About this task:
Each entry in the listing below should be returned precisely as it is.

Provided material:
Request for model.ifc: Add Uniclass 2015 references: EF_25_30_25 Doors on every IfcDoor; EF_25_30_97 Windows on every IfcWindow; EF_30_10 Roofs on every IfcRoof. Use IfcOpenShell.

First a look at what the model holds.

```python
import ifcopenshell

model = ifcopenshell.open("model.ifc")
print(model.schema)
print("classifications:", [c.Name for c in model.by_type("IfcClassification")])
for ifc_class in ("IfcDoor", "IfcRoof", "IfcStair", "IfcWall", "IfcWindow"):
    print(ifc_class, len(model.by_type(ifc_class)))
```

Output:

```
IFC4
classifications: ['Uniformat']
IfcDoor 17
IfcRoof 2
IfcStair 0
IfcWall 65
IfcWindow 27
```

```python
import ifcopenshell
import ifcopenshell.api.classification

model = ifcopenshell.open("model.ifc")

system = ifcopenshell.api.classification.add_classification(model, classification="Uniclass 2015")

codes = {
    "IfcDoor": ("EF_25_30_25", "Doors"),
    "IfcWindow": ("EF_25_30_97", "Windows"),
    "IfcRoof": ("EF_30_10", "Roofs"),
}
for ifc_class, (code, name) in codes.items():
    products = model.by_type(ifc_class)
    ifcopenshell.api.classification.add_reference(
        model, products=products, classification=system, identification=code, name=name
    )
    print(code, len(products))

model.write("model_edited.ifc")
```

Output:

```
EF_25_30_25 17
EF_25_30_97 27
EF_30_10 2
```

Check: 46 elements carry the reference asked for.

Response to the exercise:
Request for model.ifc: Add Uniclass 2015 references: EF_25_30_25 Doors on every IfcDoor; EF_25_30_97 Windows on every IfcWindow; EF_30_10 Roofs on every IfcRoof. Use IfcOpenShell.

First a look at what the model holds.

```python
import ifcopenshell

model = ifcopenshell.open("model.ifc")
print(model.schema)
print("classifications:", [c.Name for c in model.by_type("IfcClassification")])
for ifc_class in ("IfcDoor", "IfcRoof", "IfcStair", "IfcWall", "IfcWindow"):
    print(ifc_class, len(model.by_type(ifc_class)))
```

Output:

```
IFC4
classifications: ['Uniformat']
IfcDoor 17
IfcRoof 2
IfcStair 0
IfcWall 65
IfcWindow 27
```

```python
import ifcopenshell
import ifcopenshell.api.classification

model = ifcopenshell.open("model.ifc")

system = ifcopenshell.api.classification.add_classification(model, classification="Uniclass 2015")

codes = {
    "IfcDoor": ("EF_25_30_25", "Doors"),
    "IfcWindow": ("EF_25_30_97", "Windows"),
    "IfcRoof": ("EF_30_10", "Roofs"),
}
for ifc_class, (code, name) in codes.items():
    products = model.by_type(ifc_class)
    ifcopenshell.api.classification.add_reference(
        model, products=products, classification=system, identification=code, name=name
    )
    print(code, len(products))

model.write("model_edited.ifc")
```

Output:

```
EF_25_30_25 17
EF_25_30_97 27
EF_30_10 2
```

Check: 46 elements carry the reference asked for.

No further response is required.